WHAT IS EXPECTED:
In the data beneath this task, how many lines contain "IFCSIUNIT"? Answer with the number only.

[Stored data entries]
··········
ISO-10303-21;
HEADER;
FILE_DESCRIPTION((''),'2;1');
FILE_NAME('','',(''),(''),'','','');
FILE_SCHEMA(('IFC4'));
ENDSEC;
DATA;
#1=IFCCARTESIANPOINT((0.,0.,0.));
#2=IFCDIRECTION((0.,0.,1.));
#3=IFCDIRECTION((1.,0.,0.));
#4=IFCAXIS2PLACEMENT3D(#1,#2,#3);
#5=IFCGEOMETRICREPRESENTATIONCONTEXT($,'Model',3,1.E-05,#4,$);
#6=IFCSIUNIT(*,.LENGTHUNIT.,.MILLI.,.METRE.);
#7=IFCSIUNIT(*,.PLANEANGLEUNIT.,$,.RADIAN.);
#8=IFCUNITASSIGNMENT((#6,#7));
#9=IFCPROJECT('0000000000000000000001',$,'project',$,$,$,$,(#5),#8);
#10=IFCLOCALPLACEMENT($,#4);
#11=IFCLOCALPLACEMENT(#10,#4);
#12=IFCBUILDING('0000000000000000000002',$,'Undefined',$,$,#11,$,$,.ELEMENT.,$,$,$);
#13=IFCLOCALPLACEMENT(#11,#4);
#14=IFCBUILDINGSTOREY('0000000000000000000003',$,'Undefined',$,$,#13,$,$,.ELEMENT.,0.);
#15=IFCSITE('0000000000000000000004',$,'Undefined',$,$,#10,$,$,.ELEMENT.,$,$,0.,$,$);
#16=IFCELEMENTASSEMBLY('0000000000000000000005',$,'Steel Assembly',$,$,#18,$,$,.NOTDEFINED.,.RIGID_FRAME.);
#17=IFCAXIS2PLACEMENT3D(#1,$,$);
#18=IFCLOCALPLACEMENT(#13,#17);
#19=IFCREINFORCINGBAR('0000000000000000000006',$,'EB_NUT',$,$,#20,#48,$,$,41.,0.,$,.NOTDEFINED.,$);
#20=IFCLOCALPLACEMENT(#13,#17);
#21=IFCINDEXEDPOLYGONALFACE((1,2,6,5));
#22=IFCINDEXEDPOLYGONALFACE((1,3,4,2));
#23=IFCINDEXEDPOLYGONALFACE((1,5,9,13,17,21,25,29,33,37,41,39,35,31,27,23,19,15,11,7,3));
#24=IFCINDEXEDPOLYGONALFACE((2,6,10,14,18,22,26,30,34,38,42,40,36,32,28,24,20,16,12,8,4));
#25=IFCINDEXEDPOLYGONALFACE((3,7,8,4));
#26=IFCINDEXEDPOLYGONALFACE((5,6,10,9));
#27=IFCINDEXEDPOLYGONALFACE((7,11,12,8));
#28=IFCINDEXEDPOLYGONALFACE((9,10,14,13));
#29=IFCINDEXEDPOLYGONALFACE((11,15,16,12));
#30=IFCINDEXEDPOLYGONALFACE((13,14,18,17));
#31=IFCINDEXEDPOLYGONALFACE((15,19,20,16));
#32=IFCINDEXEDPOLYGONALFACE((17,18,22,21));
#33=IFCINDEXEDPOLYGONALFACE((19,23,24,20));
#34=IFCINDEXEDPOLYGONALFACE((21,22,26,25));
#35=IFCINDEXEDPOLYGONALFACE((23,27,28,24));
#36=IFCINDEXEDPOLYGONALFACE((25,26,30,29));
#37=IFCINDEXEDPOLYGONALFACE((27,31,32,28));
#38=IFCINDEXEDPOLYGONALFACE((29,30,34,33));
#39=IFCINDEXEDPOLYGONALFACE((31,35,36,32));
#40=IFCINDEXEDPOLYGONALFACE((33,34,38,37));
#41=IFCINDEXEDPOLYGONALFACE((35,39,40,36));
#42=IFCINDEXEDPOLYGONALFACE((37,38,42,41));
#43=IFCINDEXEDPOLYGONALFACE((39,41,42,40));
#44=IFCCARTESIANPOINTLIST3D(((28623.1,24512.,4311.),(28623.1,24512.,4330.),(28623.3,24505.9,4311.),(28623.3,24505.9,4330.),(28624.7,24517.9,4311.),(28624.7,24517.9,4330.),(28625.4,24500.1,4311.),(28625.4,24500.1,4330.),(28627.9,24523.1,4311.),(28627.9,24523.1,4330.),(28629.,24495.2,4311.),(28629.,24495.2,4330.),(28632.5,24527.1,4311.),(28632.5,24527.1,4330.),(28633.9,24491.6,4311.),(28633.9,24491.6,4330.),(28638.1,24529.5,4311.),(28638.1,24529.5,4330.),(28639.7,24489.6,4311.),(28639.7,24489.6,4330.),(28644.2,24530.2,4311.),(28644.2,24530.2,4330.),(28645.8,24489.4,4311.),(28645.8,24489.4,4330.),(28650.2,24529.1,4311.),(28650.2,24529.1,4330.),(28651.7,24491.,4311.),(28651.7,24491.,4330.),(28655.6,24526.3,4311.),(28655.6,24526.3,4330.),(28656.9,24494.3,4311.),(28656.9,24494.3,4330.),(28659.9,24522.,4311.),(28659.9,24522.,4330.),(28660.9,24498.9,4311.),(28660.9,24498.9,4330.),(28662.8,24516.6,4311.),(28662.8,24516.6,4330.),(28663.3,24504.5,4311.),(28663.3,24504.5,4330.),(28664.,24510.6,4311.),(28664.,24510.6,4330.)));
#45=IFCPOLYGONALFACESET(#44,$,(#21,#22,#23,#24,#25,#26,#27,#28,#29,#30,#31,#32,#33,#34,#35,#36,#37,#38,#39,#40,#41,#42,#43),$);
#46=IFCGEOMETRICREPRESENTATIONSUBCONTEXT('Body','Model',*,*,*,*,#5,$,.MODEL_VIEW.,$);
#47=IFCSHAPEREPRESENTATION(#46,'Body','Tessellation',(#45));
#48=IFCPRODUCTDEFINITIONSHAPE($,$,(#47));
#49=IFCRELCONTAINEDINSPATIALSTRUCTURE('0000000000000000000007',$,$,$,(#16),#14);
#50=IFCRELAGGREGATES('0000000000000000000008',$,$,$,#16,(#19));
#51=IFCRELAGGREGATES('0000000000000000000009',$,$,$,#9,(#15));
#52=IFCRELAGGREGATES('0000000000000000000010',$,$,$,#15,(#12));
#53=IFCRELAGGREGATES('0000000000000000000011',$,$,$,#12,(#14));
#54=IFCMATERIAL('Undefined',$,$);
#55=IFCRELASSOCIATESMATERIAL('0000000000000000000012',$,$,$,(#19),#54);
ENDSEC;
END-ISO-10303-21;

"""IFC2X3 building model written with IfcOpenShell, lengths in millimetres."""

from ifc_helpers import new_model, entity, si_unit, frame, origin_with_axes, place, context, subcontext, project, spatial, source, transform, mapped, material, element, aggregate, save


model = new_model("IFC2X3")

# Units and contexts
model_context = context("Model", 3, precision=1e-05, world=origin_with_axes())
body_context = subcontext(model_context, "Body", "Model", "MODEL_VIEW")
ifc_project = project(units=[si_unit("LENGTHUNIT", "METRE", prefix="MILLI"), si_unit("PLANEANGLEUNIT", "RADIAN")], contexts=[model_context])

# Site, building, storey
site_placement = place(None, origin_with_axes())
site = spatial("IfcSite", under=ifc_project, at=site_placement, Name="Undefined", CompositionType="ELEMENT", RefElevation=0.0)
building_placement = place(site_placement, origin_with_axes())
building = spatial("IfcBuilding", under=site, at=building_placement, Name="Undefined", CompositionType="ELEMENT")
storey_placement = place(building_placement, origin_with_axes())
storey = spatial("IfcBuildingStorey", under=building, at=storey_placement, Name="Undefined", CompositionType="ELEMENT", Elevation=0.0)

# Element assembly
assembly_1_placement = place(storey_placement, origin_with_axes())
assembly_1 = element("IfcElementAssembly", 1, at=assembly_1_placement, inside=storey, Name="Steel Assembly", AssemblyPlace="NOTDEFINED", PredefinedType="RIGID_FRAME")

# Shared definitions
ifc_material_1 = material(Name="Undefined")

# Reinforcing bar
shared_shape_1 = source(origin_with_axes(), body_context, "Body", "AdvancedSweptSolid", [
    entity("IfcSweptDiskSolid", entity("IfcTrimmedCurve", entity("IfcLine", entity("IfcCartesianPoint", [0.0, 0.0, 0.0]), entity("IfcVector", entity("IfcDirection", [1.0, 0.0, 0.0]), 1.0)), [entity("IfcParameterValue", 0.0)], [entity("IfcParameterValue", 19.0)], True, "PARAMETER"), 20.5, None, 0.0, 19.0),
])
reinforcing_bar_1_placement = place(assembly_1_placement, frame((28643.5, 24509.8, 4330.0), z_axis=(-0.534023, 0.84547, 0.0), x_axis=(0.0, 0.0, -1.0)))
reinforcing_bar_1 = element("IfcReinforcingBar", 2, at=reinforcing_bar_1_placement, material=ifc_material_1, Name="EB_NUT", BarRole="NOTDEFINED", CrossSectionArea=0.0, NominalDiameter=41.0, context=body_context, shape_type="MappedRepresentation", body=[
    mapped(shared_shape_1, transform((0.0, 0.0, 0.0))),
])
aggregate(assembly_1, [reinforcing_bar_1])

save(model, "model.ifc")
··········
FINAL ANSWER:
2